WI Kettle Moraine South Nordic Trails
Nordic Trails - Kettle Moraine State Forest - Southern Unit
The Nordic Trail System is located in the Southern Unit of the Kettle Moraine State Forest and offers many miles of cross country ski trails for skiers (and hikers when there is no snow). The mix of prairie and hilly woodlands provides something for everyone.
- Terrain / Scenery: Mix of prairie and woodlands with a mix of gentle grades, rolling hills, and steep hills.
- Fees / Permits: A Wisconsin Park Sticker and Trail Pass are required for parking in the park and skiing or biking on the trails.
- Trail Conditions: Call the Southern Kettle Moraine Ski Hotline at (262) 594-6202. You can also try The Trail Reports page at Skinnyski.com or you can post or view trail reports on this site by clicking the Discussion tab
- Trail Markings: Color coded trails with maps at key intersections.
- Facilities: Pit toilets and Warming Shelter.
- Official Web Page: http://dnr.wi.gov/topic/parks/name/kms/ Downloadable map is available.
- Getting There: The Nordic Trailhead is located just north of the town of LaGrange, WI on County Road H (Kettle Moraine Drive). Take State Highway 12 to County Road H (Kettle Moraine Drive). Go North on H about a mile and a half to the trailhead on the East side of the road. There is a large sign designating the entrance.
Cross-Country Skiing: The Nordic Trails are groomed for both classic skiing and skating though its not very often that we get enough snow here for a nice classic track. Actually the groomers here are experts at grooming with very little snow. How they manage to groom a base of only an inch or so without digging up a lot of dirt and debris on the hills is a true mystery. With three easy loops ranging from 0.7 miles to 3.2 miles and four intermediate loops ranging from 2.1 miles to 9.5 miles, there are plenty of miles here for both beginners and intermediate skiers. In my opinion, this is one of the best designed cross-country trail systems in the state (or it at least use to be, recent changes to the system have be rethinking this).

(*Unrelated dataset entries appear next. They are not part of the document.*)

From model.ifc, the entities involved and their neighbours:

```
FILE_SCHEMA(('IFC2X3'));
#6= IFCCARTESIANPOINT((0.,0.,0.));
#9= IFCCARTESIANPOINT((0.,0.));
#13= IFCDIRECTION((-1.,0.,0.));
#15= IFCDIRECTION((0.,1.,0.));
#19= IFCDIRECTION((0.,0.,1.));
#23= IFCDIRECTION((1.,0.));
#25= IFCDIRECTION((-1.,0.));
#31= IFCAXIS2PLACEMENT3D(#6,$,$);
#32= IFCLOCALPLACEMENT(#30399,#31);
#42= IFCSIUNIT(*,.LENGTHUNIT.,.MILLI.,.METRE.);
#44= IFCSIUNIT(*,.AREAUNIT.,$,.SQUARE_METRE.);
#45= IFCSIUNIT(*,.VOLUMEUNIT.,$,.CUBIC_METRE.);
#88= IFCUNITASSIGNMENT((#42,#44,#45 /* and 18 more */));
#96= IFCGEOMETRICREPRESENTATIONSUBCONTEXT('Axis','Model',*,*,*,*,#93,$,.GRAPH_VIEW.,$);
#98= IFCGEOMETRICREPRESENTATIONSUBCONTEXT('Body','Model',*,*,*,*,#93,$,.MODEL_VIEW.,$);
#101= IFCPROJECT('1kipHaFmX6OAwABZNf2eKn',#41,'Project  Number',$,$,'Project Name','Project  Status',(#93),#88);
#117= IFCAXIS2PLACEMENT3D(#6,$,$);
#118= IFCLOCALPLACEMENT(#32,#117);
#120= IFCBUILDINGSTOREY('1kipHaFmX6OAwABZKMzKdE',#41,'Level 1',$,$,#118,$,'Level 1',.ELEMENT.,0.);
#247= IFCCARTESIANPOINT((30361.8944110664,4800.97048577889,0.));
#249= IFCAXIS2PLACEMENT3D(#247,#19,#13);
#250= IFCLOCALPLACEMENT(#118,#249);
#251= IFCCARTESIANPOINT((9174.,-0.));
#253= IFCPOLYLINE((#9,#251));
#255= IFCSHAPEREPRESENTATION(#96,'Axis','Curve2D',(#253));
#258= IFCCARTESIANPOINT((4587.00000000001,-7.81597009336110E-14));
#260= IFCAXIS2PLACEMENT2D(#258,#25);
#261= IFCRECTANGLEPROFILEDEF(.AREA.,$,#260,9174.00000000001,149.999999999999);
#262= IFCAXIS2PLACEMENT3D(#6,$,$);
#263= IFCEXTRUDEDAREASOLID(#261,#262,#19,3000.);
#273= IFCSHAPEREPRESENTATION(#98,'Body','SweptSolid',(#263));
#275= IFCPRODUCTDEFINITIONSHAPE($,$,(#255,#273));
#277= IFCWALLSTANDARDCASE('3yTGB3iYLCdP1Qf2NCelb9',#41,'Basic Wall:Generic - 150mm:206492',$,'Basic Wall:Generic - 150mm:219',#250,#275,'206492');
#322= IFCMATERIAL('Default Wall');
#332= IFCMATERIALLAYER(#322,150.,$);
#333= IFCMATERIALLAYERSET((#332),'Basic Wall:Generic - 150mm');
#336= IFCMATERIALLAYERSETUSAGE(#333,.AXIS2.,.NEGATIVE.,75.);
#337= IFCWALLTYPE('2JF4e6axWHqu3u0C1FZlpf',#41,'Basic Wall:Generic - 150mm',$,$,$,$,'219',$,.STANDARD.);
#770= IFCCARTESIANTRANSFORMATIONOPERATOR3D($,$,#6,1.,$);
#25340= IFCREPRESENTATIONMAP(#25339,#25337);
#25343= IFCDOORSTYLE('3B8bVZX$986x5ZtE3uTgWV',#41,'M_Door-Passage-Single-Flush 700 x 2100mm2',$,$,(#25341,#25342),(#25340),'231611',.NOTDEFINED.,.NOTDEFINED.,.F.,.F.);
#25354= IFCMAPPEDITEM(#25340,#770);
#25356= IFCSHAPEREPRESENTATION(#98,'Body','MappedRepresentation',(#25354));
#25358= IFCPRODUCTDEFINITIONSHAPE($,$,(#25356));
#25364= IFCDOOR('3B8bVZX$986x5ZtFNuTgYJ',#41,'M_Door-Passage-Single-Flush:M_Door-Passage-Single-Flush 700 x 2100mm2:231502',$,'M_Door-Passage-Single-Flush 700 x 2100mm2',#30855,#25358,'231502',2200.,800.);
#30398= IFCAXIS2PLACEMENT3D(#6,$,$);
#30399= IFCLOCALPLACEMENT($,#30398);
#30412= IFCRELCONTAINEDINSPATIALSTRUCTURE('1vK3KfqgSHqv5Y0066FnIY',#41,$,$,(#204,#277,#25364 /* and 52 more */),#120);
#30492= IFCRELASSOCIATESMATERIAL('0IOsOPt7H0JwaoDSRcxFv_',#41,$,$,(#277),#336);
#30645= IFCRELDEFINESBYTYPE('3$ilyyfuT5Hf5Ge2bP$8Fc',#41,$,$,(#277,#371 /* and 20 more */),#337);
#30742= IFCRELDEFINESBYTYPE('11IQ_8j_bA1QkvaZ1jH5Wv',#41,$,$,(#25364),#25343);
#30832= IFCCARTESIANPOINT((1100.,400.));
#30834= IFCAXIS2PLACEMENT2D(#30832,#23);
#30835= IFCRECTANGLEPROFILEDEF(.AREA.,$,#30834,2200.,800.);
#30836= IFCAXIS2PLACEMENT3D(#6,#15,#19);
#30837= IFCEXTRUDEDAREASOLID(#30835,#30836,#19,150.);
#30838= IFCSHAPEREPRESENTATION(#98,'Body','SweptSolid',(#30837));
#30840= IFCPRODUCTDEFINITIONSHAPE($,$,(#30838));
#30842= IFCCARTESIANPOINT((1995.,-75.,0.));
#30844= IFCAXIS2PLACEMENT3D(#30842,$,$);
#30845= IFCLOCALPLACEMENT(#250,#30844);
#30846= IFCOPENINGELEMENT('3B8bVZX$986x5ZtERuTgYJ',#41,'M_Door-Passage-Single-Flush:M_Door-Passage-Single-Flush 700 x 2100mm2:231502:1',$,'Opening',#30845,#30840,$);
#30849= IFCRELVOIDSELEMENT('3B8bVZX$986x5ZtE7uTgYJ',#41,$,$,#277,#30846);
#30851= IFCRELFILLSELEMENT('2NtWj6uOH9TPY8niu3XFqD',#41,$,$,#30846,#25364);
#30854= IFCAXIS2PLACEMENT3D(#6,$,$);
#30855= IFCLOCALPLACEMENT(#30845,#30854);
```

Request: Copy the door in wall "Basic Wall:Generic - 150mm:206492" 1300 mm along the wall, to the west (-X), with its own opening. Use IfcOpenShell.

```python
import ifcopenshell
import ifcopenshell.api.feature
import ifcopenshell.api.geometry
import ifcopenshell.api.root
import ifcopenshell.geom
import ifcopenshell.util.element
import ifcopenshell.util.placement
import ifcopenshell.util.shape
import ifcopenshell.util.unit

model = ifcopenshell.open("model.ifc")
unit_scale = ifcopenshell.util.unit.calculate_unit_scale(model)
settings = ifcopenshell.geom.settings()


def volume(element):
    """Net volume in cubic metres, openings subtracted."""
    shape = ifcopenshell.geom.create_shape(settings, element)
    return ifcopenshell.util.shape.get_volume(shape.geometry)


def reuse_history(source, copy):
    """copy_class also copies each property set's owner history, people and application; keep the originals."""
    for rel in copy.IsDefinedBy:
        if rel.is_a("IfcRelDefinesByProperties") and (history := rel.RelatingPropertyDefinition.OwnerHistory):
            rel.RelatingPropertyDefinition.OwnerHistory = source.OwnerHistory
            ifcopenshell.util.element.remove_deep2(model, history)


door = model.by_guid("3B8bVZX$986x5ZtFNuTgYJ")
opening = door.FillsVoids[0].RelatingOpeningElement
wall = opening.VoidsElements[0].RelatingBuildingElement
before = volume(wall)
shift = ifcopenshell.util.placement.get_local_placement(wall.ObjectPlacement)[:3, 0] * 1.3 / unit_scale

# copy_class copies the void relationship, type, container and properties, but no geometry.
new_opening = ifcopenshell.api.root.copy_class(model, product=opening)
new_opening.Representation = ifcopenshell.util.element.copy_deep(
    model, opening.Representation, exclude=["IfcGeometricRepresentationContext", "IfcRepresentationMap"]
)
new_opening.Name = "M_Door-Passage-Single-Flush:M_Door-Passage-Single-Flush 700 x 2100mm2"
new_door = ifcopenshell.api.root.copy_class(model, product=door)
new_door.Representation = ifcopenshell.util.element.copy_deep(
    model, door.Representation, exclude=["IfcGeometricRepresentationContext", "IfcRepresentationMap"]
)
new_door.Name = "M_Door-Passage-Single-Flush:M_Door-Passage-Single-Flush 700 x 2100mm2"
new_door.Tag = None
reuse_history(door, new_door)
fills = ifcopenshell.api.feature.add_filling(model, opening=new_opening, element=new_door)
fills.OwnerHistory = new_door.OwnerHistory  # required in IFC2X3

for old, new in ((opening, new_opening), (door, new_door)):
    matrix = ifcopenshell.util.placement.get_local_placement(old.ObjectPlacement)
    matrix[:3, 3] += shift
    ifcopenshell.api.geometry.edit_object_placement(model, product=new, matrix=matrix, is_si=False)

after = volume(wall)

print(f"wall volume {before:.3f} -> {after:.3f} m3")

model.write("model_updated.ifc")
```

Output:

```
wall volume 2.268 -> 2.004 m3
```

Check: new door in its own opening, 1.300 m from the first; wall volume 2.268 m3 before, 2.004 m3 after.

The 0.7 mile Brown Trail 1.7 mile Purple Trail and 3.2 mile White Trail are the easy trails and all start by heading south from the big wooden map at the trailhead. Brown and Purple are very easy mostly flat trails that pass through wooded areas, while the longer and slightly hillier White Trail (shown Light Gray on my map) is a mix of wooded areas and prairie. And though the White trail is still an easy trail, it is not as easy as the Brown or Purple trails. Also keep in mind that there is a big difference in both the size and steepness of the hills on the intermediate trails (covered next) versus those on the easy trails. So just because you feel comfortable with the hills on the White trail, you should not assume you are ready to move up to the intermediate trails.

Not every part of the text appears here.